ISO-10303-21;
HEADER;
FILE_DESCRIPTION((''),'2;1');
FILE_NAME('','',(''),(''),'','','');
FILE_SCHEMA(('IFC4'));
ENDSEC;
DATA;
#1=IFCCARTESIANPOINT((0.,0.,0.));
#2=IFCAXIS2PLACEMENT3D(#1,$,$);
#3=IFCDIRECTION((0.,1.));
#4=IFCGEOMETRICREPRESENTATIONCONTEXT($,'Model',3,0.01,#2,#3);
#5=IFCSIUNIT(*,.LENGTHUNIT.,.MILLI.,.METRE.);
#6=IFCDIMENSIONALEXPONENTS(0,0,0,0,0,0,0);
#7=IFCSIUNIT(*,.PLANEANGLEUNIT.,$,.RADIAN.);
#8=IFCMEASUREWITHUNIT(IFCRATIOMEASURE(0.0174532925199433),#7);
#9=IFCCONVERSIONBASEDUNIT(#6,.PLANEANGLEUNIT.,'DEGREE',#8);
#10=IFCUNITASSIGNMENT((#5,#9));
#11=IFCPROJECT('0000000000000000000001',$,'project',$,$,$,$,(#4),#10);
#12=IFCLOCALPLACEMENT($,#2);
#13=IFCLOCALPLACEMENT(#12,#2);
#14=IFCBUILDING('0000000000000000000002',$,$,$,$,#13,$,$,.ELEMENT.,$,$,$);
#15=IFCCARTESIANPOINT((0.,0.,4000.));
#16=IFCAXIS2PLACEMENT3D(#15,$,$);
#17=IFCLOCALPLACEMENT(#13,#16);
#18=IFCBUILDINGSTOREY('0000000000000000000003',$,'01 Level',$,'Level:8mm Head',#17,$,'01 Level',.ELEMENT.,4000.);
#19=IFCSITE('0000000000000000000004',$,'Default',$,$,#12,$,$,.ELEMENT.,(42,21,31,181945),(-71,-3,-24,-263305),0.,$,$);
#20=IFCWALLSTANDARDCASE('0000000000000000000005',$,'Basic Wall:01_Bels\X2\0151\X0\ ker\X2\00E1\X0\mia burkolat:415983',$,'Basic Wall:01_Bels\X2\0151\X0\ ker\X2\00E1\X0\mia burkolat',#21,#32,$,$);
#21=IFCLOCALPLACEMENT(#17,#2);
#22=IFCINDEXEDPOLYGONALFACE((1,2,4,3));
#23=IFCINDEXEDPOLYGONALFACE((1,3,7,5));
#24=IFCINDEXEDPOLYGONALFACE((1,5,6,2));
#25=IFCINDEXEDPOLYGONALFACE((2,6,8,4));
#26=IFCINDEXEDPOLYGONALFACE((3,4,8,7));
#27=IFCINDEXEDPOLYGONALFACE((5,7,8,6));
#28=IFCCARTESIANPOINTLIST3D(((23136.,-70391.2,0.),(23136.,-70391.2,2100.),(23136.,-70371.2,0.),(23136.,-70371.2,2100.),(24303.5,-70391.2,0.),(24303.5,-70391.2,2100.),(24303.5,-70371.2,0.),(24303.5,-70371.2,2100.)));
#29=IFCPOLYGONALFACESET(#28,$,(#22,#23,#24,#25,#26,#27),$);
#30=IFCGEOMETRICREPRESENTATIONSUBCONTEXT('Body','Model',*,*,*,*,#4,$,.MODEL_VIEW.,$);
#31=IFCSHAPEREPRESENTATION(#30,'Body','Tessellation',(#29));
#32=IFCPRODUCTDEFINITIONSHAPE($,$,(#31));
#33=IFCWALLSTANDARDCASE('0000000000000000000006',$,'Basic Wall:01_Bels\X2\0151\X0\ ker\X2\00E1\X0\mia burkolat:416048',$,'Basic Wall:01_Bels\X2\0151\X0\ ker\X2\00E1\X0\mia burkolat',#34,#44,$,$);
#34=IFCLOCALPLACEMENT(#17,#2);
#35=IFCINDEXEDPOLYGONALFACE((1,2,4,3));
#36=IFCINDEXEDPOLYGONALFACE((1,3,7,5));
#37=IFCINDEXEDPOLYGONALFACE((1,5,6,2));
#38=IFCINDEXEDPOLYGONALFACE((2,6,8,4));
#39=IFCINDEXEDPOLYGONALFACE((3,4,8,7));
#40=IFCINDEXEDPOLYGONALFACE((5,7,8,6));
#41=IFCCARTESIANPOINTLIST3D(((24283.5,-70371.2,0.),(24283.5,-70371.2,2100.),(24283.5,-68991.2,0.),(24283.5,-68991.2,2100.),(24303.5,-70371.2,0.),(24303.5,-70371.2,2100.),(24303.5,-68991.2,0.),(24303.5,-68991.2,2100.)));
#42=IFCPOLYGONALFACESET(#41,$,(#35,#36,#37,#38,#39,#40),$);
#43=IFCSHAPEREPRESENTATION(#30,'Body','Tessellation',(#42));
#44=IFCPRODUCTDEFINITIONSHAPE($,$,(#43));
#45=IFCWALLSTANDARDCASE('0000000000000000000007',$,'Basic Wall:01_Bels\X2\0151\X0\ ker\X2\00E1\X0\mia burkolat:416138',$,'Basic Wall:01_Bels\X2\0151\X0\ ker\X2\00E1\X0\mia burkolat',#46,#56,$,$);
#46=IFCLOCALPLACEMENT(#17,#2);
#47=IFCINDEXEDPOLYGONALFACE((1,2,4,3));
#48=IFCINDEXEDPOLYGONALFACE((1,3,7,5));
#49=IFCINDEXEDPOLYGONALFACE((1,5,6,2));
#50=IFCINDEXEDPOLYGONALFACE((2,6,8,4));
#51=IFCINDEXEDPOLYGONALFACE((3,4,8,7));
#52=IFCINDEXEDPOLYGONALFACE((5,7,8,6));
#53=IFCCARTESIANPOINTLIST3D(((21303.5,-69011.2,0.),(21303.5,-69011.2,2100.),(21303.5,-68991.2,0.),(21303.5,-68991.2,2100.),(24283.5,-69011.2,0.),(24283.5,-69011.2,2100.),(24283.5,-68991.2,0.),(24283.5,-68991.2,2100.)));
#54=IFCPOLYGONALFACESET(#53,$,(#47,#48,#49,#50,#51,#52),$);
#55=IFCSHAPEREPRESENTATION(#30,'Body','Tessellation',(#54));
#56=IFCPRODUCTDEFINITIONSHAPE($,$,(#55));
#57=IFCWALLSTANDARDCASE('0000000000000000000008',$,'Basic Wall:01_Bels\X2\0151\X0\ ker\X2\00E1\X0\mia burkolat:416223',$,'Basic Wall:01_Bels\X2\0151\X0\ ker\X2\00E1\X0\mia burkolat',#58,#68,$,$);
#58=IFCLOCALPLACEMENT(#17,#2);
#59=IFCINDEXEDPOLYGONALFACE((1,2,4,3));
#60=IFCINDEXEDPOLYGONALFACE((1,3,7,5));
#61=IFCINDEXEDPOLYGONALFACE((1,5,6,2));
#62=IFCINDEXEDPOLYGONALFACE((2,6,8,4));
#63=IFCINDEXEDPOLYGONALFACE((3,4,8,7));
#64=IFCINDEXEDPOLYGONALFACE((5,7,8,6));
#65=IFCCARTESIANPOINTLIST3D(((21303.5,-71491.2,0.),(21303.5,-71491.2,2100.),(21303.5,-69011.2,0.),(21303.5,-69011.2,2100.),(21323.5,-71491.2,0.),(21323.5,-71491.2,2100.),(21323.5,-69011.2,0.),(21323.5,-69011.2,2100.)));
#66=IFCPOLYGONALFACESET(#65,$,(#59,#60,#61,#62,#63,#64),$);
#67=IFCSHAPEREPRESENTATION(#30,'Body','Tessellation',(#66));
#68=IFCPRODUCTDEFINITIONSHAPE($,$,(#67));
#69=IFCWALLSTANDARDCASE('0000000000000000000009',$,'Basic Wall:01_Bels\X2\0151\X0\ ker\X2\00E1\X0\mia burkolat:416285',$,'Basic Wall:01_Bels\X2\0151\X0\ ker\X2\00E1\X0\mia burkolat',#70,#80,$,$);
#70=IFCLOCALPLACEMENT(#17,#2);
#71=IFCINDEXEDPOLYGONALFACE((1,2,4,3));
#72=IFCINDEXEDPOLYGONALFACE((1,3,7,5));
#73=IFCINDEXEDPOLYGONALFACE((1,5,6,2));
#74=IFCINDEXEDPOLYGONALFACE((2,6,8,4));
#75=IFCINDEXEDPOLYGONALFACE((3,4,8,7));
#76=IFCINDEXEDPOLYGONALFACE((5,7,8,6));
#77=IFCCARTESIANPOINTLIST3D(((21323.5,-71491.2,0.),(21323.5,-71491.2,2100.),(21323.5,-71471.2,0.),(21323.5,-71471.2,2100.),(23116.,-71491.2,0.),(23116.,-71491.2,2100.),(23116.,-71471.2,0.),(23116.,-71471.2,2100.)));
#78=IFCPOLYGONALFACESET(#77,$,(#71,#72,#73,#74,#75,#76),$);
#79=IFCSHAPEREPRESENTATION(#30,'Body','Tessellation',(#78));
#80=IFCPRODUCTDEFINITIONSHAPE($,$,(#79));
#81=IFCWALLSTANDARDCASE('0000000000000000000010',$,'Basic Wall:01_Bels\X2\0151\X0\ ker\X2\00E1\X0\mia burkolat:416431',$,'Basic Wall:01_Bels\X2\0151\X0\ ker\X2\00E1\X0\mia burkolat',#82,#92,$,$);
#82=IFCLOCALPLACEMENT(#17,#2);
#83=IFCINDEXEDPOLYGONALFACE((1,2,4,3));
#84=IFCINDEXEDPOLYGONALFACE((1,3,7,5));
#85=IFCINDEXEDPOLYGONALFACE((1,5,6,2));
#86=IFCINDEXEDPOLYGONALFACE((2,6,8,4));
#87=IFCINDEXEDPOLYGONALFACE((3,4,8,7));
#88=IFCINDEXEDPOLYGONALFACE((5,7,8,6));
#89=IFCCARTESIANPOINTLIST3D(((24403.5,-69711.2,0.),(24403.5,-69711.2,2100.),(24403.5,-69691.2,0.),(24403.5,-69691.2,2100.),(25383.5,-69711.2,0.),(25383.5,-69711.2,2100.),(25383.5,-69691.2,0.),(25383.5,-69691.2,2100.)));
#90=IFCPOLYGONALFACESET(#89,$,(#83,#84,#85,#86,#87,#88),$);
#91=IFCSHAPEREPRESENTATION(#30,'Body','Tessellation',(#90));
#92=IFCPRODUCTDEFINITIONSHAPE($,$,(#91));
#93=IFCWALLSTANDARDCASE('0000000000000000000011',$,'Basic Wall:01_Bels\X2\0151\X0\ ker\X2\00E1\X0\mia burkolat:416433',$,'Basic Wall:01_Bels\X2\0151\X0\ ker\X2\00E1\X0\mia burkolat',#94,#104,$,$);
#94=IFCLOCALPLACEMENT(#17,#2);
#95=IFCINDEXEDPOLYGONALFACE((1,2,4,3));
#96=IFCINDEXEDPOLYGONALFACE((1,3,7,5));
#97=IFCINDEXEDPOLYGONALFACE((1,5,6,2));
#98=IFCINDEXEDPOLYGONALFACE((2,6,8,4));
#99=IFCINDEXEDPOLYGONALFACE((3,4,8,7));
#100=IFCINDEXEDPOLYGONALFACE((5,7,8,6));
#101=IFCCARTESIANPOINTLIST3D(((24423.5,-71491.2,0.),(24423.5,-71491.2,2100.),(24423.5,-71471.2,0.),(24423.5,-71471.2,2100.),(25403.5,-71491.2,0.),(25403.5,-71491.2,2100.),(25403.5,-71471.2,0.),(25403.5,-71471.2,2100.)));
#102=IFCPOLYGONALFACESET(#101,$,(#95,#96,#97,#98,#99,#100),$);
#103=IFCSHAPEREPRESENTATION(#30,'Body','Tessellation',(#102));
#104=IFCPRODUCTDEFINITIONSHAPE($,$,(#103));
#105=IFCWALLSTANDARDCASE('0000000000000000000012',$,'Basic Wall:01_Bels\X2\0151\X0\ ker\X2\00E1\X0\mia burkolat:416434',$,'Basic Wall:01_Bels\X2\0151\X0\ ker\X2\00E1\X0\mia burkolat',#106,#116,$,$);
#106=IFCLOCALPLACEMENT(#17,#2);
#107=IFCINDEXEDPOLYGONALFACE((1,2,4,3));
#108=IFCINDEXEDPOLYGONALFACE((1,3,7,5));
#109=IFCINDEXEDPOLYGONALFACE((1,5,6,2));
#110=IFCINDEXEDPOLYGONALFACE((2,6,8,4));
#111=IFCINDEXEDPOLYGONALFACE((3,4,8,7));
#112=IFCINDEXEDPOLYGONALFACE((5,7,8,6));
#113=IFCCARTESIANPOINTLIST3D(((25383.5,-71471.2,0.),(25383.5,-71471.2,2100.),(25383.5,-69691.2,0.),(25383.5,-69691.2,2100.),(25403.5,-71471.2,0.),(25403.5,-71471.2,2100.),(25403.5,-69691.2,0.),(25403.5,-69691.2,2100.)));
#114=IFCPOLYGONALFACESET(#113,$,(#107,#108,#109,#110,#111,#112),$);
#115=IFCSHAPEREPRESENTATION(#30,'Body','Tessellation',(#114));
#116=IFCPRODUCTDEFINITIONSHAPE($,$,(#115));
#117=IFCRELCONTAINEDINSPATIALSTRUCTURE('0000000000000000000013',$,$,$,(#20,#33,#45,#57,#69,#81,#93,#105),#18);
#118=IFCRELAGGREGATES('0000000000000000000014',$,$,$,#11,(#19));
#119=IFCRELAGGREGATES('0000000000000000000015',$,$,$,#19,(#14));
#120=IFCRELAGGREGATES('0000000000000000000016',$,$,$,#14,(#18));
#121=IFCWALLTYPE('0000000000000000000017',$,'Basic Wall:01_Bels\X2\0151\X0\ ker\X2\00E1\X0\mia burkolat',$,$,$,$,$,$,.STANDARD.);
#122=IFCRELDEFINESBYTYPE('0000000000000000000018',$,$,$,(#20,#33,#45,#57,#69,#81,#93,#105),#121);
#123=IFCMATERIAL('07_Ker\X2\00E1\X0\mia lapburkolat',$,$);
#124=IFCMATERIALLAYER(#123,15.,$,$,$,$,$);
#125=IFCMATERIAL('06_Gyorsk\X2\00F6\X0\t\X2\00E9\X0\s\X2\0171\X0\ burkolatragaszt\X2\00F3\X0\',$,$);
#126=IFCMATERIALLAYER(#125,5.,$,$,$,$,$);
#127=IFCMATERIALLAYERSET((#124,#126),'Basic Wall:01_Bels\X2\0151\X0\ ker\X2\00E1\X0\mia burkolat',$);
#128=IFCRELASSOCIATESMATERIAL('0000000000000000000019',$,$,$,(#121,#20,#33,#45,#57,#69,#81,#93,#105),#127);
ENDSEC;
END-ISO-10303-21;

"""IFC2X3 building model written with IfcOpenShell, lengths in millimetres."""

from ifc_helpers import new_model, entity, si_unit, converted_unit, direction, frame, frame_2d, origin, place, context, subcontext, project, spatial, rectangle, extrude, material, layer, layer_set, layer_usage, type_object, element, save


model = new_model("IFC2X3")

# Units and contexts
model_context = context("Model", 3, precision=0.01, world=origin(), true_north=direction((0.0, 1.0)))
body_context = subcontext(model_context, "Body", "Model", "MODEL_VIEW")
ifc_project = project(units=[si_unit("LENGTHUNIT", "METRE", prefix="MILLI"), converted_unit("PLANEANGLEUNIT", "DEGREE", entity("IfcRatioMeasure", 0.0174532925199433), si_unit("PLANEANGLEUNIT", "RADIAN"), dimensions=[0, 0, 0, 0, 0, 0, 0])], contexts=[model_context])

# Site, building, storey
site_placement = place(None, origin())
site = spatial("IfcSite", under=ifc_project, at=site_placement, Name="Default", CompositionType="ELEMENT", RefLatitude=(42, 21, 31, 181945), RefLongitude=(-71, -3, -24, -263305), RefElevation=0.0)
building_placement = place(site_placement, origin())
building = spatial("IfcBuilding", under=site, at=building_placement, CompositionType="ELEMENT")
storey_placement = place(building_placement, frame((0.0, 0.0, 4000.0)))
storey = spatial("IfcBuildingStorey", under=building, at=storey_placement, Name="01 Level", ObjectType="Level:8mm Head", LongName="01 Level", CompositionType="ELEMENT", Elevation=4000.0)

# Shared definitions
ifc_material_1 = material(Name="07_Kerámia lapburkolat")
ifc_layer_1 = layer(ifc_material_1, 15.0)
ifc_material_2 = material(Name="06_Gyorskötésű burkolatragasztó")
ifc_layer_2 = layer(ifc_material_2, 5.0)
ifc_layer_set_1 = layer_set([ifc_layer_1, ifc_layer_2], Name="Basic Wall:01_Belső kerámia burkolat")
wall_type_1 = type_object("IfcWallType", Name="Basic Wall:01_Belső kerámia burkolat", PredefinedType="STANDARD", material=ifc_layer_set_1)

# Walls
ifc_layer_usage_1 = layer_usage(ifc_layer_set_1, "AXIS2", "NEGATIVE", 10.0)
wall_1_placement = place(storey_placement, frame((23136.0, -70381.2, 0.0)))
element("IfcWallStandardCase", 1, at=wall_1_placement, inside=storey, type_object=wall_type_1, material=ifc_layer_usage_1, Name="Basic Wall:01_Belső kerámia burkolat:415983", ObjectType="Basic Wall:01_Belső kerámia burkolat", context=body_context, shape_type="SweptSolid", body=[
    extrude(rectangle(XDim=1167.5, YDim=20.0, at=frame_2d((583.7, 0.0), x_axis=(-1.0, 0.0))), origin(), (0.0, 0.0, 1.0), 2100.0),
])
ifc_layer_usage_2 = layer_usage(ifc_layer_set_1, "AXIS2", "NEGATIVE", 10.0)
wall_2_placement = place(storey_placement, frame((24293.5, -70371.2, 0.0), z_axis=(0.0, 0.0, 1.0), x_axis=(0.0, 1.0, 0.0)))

**Work task:** Using the entries above, give again exactly the lines from the line holding "#120=IFCRELAGGREGATES('0000000000000000000016',$,$,$,#14,(#18));" through the line holding "END-ISO-10303-21;". Include both end lines and nothing else.

**Completed exercise:**
#120=IFCRELAGGREGATES('0000000000000000000016',$,$,$,#14,(#18));
#121=IFCWALLTYPE('0000000000000000000017',$,'Basic Wall:01_Bels\X2\0151\X0\ ker\X2\00E1\X0\mia burkolat',$,$,$,$,$,$,.STANDARD.);
#122=IFCRELDEFINESBYTYPE('0000000000000000000018',$,$,$,(#20,#33,#45,#57,#69,#81,#93,#105),#121);
#123=IFCMATERIAL('07_Ker\X2\00E1\X0\mia lapburkolat',$,$);
#124=IFCMATERIALLAYER(#123,15.,$,$,$,$,$);
#125=IFCMATERIAL('06_Gyorsk\X2\00F6\X0\t\X2\00E9\X0\s\X2\0171\X0\ burkolatragaszt\X2\00F3\X0\',$,$);
#126=IFCMATERIALLAYER(#125,5.,$,$,$,$,$);
#127=IFCMATERIALLAYERSET((#124,#126),'Basic Wall:01_Bels\X2\0151\X0\ ker\X2\00E1\X0\mia burkolat',$);
#128=IFCRELASSOCIATESMATERIAL('0000000000000000000019',$,$,$,(#121,#20,#33,#45,#57,#69,#81,#93,#105),#127);
ENDSEC;
END-ISO-10303-21;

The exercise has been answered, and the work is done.